Po pięciu miesiącach wojny Izraelowi nie udało się pojmać najważniejszych członków organizacji rządzącej Strefą Gazy.

Amerykanie potwierdzili zabójstwo Marwana Issy, zastępcy dowódcy wojskowego skrzydła Hamasu w Strefie Gazy. Mężczyzna był uznawany za trzecią najważniejszą postać w organizacji i mózg październikowego ataku na Izrael. – Reszta czołowych przywódców ukrywa się prawdopodobnie w zbudowanej pod enklawą sieci tuneli. Ich również dosięgnie sprawiedliwość. Pomagamy to zagwarantować – przekonywał doradca ds. bezpieczeństwa narodowego Stanów Zjednoczonych Jake Sullivan. Issa to najwyższy rangą przywódca Hamasu zabity w palestyńskiej enklawie od początku wojny. Izraelscy urzędnicy uznali to za przełom w kampanii mającej na celu wyeliminowanie przywództwa Hamasu w Strefie Gazy.

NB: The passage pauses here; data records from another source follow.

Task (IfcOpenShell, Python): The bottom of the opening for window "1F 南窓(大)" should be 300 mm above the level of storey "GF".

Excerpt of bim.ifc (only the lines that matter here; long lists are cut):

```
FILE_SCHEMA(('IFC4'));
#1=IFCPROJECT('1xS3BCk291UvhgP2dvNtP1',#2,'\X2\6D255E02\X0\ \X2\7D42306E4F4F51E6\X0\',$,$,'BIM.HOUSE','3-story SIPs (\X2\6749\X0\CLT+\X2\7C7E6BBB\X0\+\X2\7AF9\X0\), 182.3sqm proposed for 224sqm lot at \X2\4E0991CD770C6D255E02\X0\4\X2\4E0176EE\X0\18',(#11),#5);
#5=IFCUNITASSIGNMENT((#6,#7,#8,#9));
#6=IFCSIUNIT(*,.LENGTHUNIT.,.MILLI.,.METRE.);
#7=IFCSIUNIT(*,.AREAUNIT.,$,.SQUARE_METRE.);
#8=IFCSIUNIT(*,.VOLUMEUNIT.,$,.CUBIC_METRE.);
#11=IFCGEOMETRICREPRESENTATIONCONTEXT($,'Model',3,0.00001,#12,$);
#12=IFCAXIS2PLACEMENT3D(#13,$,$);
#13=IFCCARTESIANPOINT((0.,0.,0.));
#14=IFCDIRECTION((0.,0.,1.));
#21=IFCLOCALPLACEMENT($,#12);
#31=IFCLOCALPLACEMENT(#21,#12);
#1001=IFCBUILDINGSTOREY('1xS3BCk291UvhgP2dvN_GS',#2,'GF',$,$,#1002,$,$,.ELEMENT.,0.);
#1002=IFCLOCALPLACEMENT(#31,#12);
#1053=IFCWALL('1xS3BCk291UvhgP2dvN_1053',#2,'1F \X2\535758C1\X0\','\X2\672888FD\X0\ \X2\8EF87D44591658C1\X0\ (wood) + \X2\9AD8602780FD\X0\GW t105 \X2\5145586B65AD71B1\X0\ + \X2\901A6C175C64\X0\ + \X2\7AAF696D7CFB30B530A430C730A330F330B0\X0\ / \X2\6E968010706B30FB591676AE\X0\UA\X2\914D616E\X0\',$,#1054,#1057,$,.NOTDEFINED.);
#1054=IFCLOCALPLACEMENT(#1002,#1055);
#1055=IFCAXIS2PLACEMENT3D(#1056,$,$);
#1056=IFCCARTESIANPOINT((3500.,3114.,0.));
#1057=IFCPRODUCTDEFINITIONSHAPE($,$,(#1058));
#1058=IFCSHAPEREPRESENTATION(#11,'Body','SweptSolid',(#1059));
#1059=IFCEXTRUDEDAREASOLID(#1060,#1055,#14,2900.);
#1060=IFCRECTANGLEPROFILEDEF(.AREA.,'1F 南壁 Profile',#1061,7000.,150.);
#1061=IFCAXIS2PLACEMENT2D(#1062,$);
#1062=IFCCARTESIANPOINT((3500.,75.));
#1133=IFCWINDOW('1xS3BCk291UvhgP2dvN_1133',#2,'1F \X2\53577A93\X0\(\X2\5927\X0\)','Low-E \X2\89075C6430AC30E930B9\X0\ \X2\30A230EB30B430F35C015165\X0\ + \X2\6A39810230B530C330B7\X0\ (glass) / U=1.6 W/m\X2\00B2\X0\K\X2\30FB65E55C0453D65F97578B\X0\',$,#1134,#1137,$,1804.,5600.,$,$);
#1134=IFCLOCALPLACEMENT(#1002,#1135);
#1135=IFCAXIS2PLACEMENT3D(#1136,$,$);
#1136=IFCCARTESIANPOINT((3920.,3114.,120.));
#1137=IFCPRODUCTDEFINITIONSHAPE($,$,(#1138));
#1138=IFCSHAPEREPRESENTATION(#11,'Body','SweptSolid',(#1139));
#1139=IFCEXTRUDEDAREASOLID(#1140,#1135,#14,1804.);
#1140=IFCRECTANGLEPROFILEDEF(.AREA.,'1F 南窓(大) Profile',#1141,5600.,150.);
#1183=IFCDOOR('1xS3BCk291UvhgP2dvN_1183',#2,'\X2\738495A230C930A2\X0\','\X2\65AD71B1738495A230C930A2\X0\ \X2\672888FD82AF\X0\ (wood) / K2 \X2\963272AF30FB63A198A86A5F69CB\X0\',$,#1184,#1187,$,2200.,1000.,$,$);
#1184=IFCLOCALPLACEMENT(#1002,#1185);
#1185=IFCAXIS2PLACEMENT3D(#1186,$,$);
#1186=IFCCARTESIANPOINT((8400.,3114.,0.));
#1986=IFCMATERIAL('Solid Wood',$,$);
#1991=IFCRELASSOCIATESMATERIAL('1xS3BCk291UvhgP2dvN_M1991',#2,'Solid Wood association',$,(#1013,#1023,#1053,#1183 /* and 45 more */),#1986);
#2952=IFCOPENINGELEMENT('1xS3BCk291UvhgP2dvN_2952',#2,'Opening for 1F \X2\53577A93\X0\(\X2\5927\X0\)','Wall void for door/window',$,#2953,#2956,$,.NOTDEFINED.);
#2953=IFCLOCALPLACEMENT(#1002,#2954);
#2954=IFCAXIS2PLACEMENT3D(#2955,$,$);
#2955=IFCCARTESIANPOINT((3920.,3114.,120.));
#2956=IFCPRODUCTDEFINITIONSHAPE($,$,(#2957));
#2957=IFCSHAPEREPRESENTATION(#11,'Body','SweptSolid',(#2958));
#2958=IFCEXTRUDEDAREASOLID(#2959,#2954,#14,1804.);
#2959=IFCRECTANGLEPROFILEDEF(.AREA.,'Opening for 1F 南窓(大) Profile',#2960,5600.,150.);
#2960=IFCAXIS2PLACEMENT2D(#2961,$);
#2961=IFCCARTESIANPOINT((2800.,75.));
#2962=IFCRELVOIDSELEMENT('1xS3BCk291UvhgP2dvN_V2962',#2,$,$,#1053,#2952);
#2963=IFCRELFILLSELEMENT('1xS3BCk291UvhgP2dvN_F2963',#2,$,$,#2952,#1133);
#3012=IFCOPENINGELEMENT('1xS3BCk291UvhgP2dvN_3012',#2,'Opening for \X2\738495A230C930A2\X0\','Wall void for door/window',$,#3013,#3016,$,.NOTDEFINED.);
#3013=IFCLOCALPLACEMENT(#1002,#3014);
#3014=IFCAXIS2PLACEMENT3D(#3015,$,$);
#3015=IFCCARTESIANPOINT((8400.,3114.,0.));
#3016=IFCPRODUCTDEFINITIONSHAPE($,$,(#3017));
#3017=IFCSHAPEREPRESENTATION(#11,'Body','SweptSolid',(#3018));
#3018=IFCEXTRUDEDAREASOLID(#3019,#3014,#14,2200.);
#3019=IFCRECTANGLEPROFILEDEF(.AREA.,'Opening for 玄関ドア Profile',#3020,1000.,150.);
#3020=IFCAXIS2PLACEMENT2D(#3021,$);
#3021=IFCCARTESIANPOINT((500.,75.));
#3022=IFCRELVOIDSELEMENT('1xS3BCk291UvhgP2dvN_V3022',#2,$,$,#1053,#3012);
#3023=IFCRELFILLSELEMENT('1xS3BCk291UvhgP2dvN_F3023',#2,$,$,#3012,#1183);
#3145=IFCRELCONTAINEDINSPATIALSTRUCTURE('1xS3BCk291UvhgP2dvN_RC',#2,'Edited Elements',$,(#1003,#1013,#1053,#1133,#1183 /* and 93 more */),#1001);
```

```python
import numpy as np
import ifcopenshell
import ifcopenshell.api.geometry
import ifcopenshell.geom
import ifcopenshell.util.element
import ifcopenshell.util.placement
import ifcopenshell.util.shape
import ifcopenshell.util.unit

model = ifcopenshell.open("bim.ifc")
unit_scale = ifcopenshell.util.unit.calculate_unit_scale(model)

window = model.by_guid("1xS3BCk291UvhgP2dvN_1133")
opening = window.FillsVoids[0].RelatingOpeningElement
storey = ifcopenshell.util.element.get_container(window, ifc_class="IfcBuildingStorey")
level = ifcopenshell.util.placement.get_local_placement(storey.ObjectPlacement)[2, 3]

# The opening's origin need not be at the sill, so measure its lowest point.
shape = ifcopenshell.geom.create_shape(ifcopenshell.geom.settings(), opening)
bottom = ifcopenshell.util.shape.get_shape_bottom_elevation(shape, shape.geometry) / unit_scale
dz = level + 0.3 / unit_scale - bottom

shift = np.array([0.0, 0.0, dz])
# The window is not placed relative to its opening, so move both.
for product in (opening, window):
    matrix = ifcopenshell.util.placement.get_local_placement(product.ObjectPlacement)
    matrix[:3, 3] += shift
    ifcopenshell.api.geometry.edit_object_placement(model, product=product, matrix=matrix, is_si=False)

print(f"moved by {dz * unit_scale:+.3f} m")

model.write("bim_rev.ifc")
```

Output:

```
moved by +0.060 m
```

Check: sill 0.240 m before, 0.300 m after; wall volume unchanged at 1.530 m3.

Eksperci ostrzegają jednak, że jego śmierć nie będzie miała znaczącego wpływu na strukturę organizacji. W przeszłości Izraelczycy zabijali już politycznych i wojskowych liderów, ale Hamas szybko znajdował następców. – Jeśli uda im się namierzyć i zabić Jahję as-Sinwara, szefa bojówki w enklawie, premier Binjamin Netanjahu będzie mógł przynajmniej ogłosić sukces polityczny. Ale nawet to nie oznaczałoby zwycięstwa nad Hamasem, który pozostanie aktywny – mówi DGP Michael Young z Carnegie Endowment for International Peace w Bejrucie. Jego zdaniem również dotychczasowe osiągnięcia Izraela trudno uznać za sukces. – Gdyby w ciągu ostatnich pięciu miesięcy walk izraelskie wojsko znacząco osłabiło Hamas, Netanjahu nie czułby dziś potrzeby przeprowadzenia ataku na Rafah – wskazuje ekspert. Potencjalna inwazja na położoną na granicy z Egiptem miejscowość, w której chroni się dziś ok. 1,4 mln Palestyńczyków, została uznana przez Zachód za czerwoną linię.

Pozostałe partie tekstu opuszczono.